* DATASET CONTENT:
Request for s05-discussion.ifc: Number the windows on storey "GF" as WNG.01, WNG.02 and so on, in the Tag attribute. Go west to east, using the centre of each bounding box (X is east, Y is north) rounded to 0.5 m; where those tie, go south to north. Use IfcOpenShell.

First a look at what the model holds.

```python
import ifcopenshell
import ifcopenshell.util.element
import ifcopenshell.util.placement

model = ifcopenshell.open("s05-discussion.ifc")
print(model.schema)
storey = next(s for s in model.by_type("IfcBuildingStorey") if s.Name == "GF")
windows = [e for e in ifcopenshell.util.element.get_decomposition(storey) if e.is_a("IfcWindow")]
for e in sorted(windows, key=lambda e: e.id()):
    origin = ifcopenshell.util.placement.get_local_placement(e.ObjectPlacement)[:3, 3]
    print(e.id(), e.Tag, e.Name, origin.round(2) + 0.0, sep=" | ")
```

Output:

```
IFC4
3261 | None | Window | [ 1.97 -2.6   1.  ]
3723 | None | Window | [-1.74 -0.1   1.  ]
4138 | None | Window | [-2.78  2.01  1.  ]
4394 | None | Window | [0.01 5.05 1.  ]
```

```python
import ifcopenshell
import ifcopenshell.geom
import ifcopenshell.util.element
import ifcopenshell.util.shape

model = ifcopenshell.open("s05-discussion.ifc")
settings = ifcopenshell.geom.settings()
settings.set("use-world-coords", True)


def centre(element):
    shape = ifcopenshell.geom.create_shape(settings, element)
    return ifcopenshell.util.shape.get_bbox_centroid(shape.geometry)


storey = next(s for s in model.by_type("IfcBuildingStorey") if s.Name == "GF")
windows = [e for e in ifcopenshell.util.element.get_decomposition(storey) if e.is_a("IfcWindow")]

# Insertion points can sit at a corner or the storey origin, so sort by the geometry (in metres).
centres = {e: centre(e) for e in windows}
windows.sort(key=lambda e: (round(centres[e][0] / 0.5), centres[e][1]))

for i, e in enumerate(windows, start=1):
    number = f"WNG.{i:02d}"
    e.Tag = number
    print(e.id(), number)

model.write("s05-discussion-out.ifc")
```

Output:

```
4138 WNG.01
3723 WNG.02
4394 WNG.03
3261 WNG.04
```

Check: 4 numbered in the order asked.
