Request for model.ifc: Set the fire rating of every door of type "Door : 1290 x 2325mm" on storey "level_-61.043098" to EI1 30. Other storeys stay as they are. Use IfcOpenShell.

First a look at what the model holds.

```python
import ifcopenshell
import ifcopenshell.util.element

model = ifcopenshell.open("model.ifc")
print(model.schema)
storey = next(s for s in model.by_type("IfcBuildingStorey") if s.Name == "level_-61.043098")
doors = [e for e in ifcopenshell.util.element.get_decomposition(storey) if e.is_a("IfcDoor")]
seen = {}
for e in doors:
    element_type = ifcopenshell.util.element.get_type(e)
    key = (element_type.Name if element_type != e and element_type else None, ifcopenshell.util.element.get_pset(e, "Pset_DoorCommon", "FireRating"))
    seen[key] = seen.get(key, 0) + 1
for (name, value), count in sorted(seen.items(), key=str):
    print(count, "x", name, "|", value)
```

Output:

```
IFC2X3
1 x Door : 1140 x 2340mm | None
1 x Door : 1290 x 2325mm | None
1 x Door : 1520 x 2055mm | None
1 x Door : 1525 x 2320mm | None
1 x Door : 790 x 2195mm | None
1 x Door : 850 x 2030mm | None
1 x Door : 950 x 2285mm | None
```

```python
import ifcopenshell
import ifcopenshell.api.pset
import ifcopenshell.util.element

model = ifcopenshell.open("model.ifc")

storey = next(s for s in model.by_type("IfcBuildingStorey") if s.Name == "level_-61.043098")
doors = [e for e in ifcopenshell.util.element.get_decomposition(storey) if e.is_a("IfcDoor")]

count = 0
for e in doors:
    element_type = ifcopenshell.util.element.get_type(e)
    if element_type in (None, e) or element_type.Name != "Door : 1290 x 2325mm":
        continue
    # add_pset returns the element's existing set when there is one.
    pset = ifcopenshell.api.pset.add_pset(model, product=e, name="Pset_DoorCommon")
    ifcopenshell.api.pset.edit_pset(model, pset=pset, properties={"FireRating": "EI1 30"})
    count += 1

print(count, "doors updated")

model.write("model-out.ifc")
```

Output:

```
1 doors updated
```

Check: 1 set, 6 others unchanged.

* YOUR INSTRUCTIONS: All of the entries above need to be retyped exactly.

* SOLUTION:
Request for s05-discussion.ifc: Number the windows on storey "GF" as WNG.01, WNG.02 and so on, in the Tag attribute. Go west to east, using the centre of each bounding box (X is east, Y is north) rounded to 0.5 m; where those tie, go south to north. Use IfcOpenShell.

First a look at what the model holds.

```python
import ifcopenshell
import ifcopenshell.util.element
import ifcopenshell.util.placement

model = ifcopenshell.open("s05-discussion.ifc")
print(model.schema)
storey = next(s for s in model.by_type("IfcBuildingStorey") if s.Name == "GF")
windows = [e for e in ifcopenshell.util.element.get_decomposition(storey) if e.is_a("IfcWindow")]
for e in sorted(windows, key=lambda e: e.id()):
    origin = ifcopenshell.util.placement.get_local_placement(e.ObjectPlacement)[:3, 3]
    print(e.id(), e.Tag, e.Name, origin.round(2) + 0.0, sep=" | ")
```

Output:

```
IFC4
3261 | None | Window | [ 1.97 -2.6   1.  ]
3723 | None | Window | [-1.74 -0.1   1.  ]
4138 | None | Window | [-2.78  2.01  1.  ]
4394 | None | Window | [0.01 5.05 1.  ]
```

```python
import ifcopenshell
import ifcopenshell.geom
import ifcopenshell.util.element
import ifcopenshell.util.shape

model = ifcopenshell.open("s05-discussion.ifc")
settings = ifcopenshell.geom.settings()
settings.set("use-world-coords", True)


def centre(element):
    shape = ifcopenshell.geom.create_shape(settings, element)
    return ifcopenshell.util.shape.get_bbox_centroid(shape.geometry)


storey = next(s for s in model.by_type("IfcBuildingStorey") if s.Name == "GF")
windows = [e for e in ifcopenshell.util.element.get_decomposition(storey) if e.is_a("IfcWindow")]

# Insertion points can sit at a corner or the storey origin, so sort by the geometry (in metres).
centres = {e: centre(e) for e in windows}
windows.sort(key=lambda e: (round(centres[e][0] / 0.5), centres[e][1]))

for i, e in enumerate(windows, start=1):
    number = f"WNG.{i:02d}"
    e.Tag = number
    print(e.id(), number)

model.write("s05-discussion-out.ifc")
```

Output:

```
4138 WNG.01
3723 WNG.02
4394 WNG.03
3261 WNG.04
```

Check: 4 numbered in the order asked.
Request for model.ifc: Set the fire rating of every door of type "Door : 1290 x 2325mm" on storey "level_-61.043098" to EI1 30. Other storeys stay as they are. Use IfcOpenShell.

First a look at what the model holds.

```python
import ifcopenshell
import ifcopenshell.util.element

model = ifcopenshell.open("model.ifc")
print(model.schema)
storey = next(s for s in model.by_type("IfcBuildingStorey") if s.Name == "level_-61.043098")
doors = [e for e in ifcopenshell.util.element.get_decomposition(storey) if e.is_a("IfcDoor")]
seen = {}
for e in doors:
    element_type = ifcopenshell.util.element.get_type(e)
    key = (element_type.Name if element_type != e and element_type else None, ifcopenshell.util.element.get_pset(e, "Pset_DoorCommon", "FireRating"))
    seen[key] = seen.get(key, 0) + 1
for (name, value), count in sorted(seen.items(), key=str):
    print(count, "x", name, "|", value)
```

Output:

```
IFC2X3
1 x Door : 1140 x 2340mm | None
1 x Door : 1290 x 2325mm | None
1 x Door : 1520 x 2055mm | None
1 x Door : 1525 x 2320mm | None
1 x Door : 790 x 2195mm | None
1 x Door : 850 x 2030mm | None
1 x Door : 950 x 2285mm | None
```

```python
import ifcopenshell
import ifcopenshell.api.pset
import ifcopenshell.util.element

model = ifcopenshell.open("model.ifc")

storey = next(s for s in model.by_type("IfcBuildingStorey") if s.Name == "level_-61.043098")
doors = [e for e in ifcopenshell.util.element.get_decomposition(storey) if e.is_a("IfcDoor")]

count = 0
for e in doors:
    element_type = ifcopenshell.util.element.get_type(e)
    if element_type in (None, e) or element_type.Name != "Door : 1290 x 2325mm":
        continue
    # add_pset returns the element's existing set when there is one.
    pset = ifcopenshell.api.pset.add_pset(model, product=e, name="Pset_DoorCommon")
    ifcopenshell.api.pset.edit_pset(model, pset=pset, properties={"FireRating": "EI1 30"})
    count += 1

print(count, "doors updated")

model.write("model-out.ifc")
```

Output:

```
1 doors updated
```

Check: 1 set, 6 others unchanged.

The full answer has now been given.